According to the press in Sarajevo on Saturday, the scheduled trial will not be obstructed by attempts of Serb officials in Bosnia to challenge the legitimacy of the lawsuit.
Last month, Borislav Paravac, the Serb member in Bosnia's three-man presidency, initiated a procedure before the Bosnian Constitutional Court asking it to consider the grounds and legitimacy of the lawsuit and insisting that the procedure before the ICJ be halted.
Bosnian Foreign Minister Mladen Ivanic, who is also a Bosnian Serb representative, has tried to refer Paravac's request to the ICJ. According to the Oslobodjenje daily, the Bosniak (Bosnian Muslim) member of the presidency, Sulejman Tihic, has sent instructions to Bosnia's Ambassador to the Netherlands, Fuad Sabeta, telling him not to communicate with the Court given that Sakib Softic is the only authorised representative of Bosnia before that international judicial institution.
"The motion for the postponement of the main hearing may be proposed only by Bosnia-Herzegovina's Presidency, and not by some of its members if they act of their own," Tihic was quoted by the daily as writing in his letter to Sabeta.
After the the Ambassador Sabeta informed the Foreign Minister Ivanic that he was not going to file his request with the ICJ.

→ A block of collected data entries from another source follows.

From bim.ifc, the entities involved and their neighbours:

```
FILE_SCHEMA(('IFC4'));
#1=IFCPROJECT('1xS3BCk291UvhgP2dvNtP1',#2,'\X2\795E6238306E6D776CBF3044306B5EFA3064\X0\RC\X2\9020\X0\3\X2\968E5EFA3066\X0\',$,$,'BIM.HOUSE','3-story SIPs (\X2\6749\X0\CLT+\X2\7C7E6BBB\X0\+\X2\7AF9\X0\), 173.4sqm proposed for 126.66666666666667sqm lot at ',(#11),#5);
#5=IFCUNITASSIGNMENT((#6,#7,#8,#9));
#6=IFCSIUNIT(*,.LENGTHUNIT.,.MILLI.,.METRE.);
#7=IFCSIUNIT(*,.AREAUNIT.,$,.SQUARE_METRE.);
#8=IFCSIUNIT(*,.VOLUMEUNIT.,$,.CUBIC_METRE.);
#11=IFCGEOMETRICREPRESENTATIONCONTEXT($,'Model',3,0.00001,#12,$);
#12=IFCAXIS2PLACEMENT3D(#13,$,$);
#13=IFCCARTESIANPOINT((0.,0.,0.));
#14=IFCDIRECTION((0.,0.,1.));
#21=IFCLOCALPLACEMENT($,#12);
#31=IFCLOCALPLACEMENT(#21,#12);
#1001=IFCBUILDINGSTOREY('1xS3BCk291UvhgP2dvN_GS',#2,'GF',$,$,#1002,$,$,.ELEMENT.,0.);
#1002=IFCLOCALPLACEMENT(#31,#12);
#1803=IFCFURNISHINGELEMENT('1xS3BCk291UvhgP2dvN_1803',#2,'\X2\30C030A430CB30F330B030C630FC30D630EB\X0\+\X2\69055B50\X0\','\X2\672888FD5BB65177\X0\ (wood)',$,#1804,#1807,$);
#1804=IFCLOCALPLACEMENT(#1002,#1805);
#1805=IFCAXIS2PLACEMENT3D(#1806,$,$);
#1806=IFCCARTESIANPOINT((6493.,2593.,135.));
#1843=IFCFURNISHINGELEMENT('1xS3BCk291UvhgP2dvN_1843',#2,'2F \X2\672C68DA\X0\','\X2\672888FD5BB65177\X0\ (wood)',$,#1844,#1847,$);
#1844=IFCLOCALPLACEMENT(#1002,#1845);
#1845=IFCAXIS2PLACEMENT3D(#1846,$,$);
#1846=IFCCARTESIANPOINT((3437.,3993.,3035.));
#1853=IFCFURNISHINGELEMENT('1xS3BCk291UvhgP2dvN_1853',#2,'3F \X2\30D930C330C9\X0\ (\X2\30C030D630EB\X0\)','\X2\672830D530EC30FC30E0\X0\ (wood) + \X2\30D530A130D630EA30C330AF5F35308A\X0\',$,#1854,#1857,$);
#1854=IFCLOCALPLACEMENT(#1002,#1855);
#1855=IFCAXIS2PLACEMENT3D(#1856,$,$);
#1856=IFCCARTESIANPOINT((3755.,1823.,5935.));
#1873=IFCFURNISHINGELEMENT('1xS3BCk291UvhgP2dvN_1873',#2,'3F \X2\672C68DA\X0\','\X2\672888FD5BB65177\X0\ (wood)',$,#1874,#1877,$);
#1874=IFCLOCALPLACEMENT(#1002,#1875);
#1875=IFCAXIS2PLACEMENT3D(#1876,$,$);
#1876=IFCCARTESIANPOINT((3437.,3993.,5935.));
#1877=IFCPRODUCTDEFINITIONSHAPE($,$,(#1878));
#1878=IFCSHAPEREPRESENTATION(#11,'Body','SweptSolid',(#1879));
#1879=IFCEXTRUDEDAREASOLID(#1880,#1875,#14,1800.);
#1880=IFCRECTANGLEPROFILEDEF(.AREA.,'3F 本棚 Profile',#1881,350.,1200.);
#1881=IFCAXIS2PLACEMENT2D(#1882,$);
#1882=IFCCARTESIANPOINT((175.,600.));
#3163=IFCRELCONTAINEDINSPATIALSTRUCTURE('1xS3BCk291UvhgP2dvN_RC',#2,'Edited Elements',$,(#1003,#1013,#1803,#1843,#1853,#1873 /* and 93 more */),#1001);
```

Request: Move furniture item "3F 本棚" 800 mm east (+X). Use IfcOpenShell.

```python
import ifcopenshell
import ifcopenshell.api.geometry
import ifcopenshell.util.placement

model = ifcopenshell.open("bim.ifc")

item = model.by_guid("1xS3BCk291UvhgP2dvN_1873")
matrix = ifcopenshell.util.placement.get_local_placement(item.ObjectPlacement)
matrix[0, 3] += 800.0
ifcopenshell.api.geometry.edit_object_placement(model, product=item, matrix=matrix, is_si=False)

print(ifcopenshell.util.placement.get_local_placement(item.ObjectPlacement).round(3) + 0.0)

model.write("bim_updated.ifc")
```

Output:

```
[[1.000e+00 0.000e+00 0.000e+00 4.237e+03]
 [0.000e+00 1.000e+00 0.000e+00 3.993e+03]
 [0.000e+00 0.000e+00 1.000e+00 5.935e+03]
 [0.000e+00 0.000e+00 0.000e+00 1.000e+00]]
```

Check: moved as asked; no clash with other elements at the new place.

According to the timetable of the trial, the main hearing will start with an opening statement which Softic will make presenting Bosnia's position and evidence during seven days.
After that Serbia-Montenegro will be given seven days to present its defence.
On 17 March, three expert witnesses proposed by Bosnia will be questioned by the court.
The Dnevni Avaz daily reports that retired British General Richard Dannatt is expected to explain the role of the then Yugoslav People's Army in the attacks against Bosnia-Herzegovina and its support to Bosnian Serb hardliner Radovan Karadzic and his forces. The second witness, Andras J. Riedlmayer, who is in charge of the Documentation Center of the Aga Khan Program for Islamic Architecture, at the Fine Arts Library, Harvard University, will speak about the destruction of cultural and religious monuments and facilities.
The third witness proposed by Sarajevo is U.S. historian Robert Donia who should explain the genesis of the 1991-1995 war in Bosnia.
The defending party gave a lengthy list of its witnesses, including a former president of the Federal Republic of Yugoslavia, Zoran Lilic, retired JNA General Aleksandar Dimitrijevic, a Serbian reporter, Lazar Lalic, and among others also the current human rights ombudsman in Bosnia, Vitomir Popovic.
A final verdict is expected to be passed until the end of this year.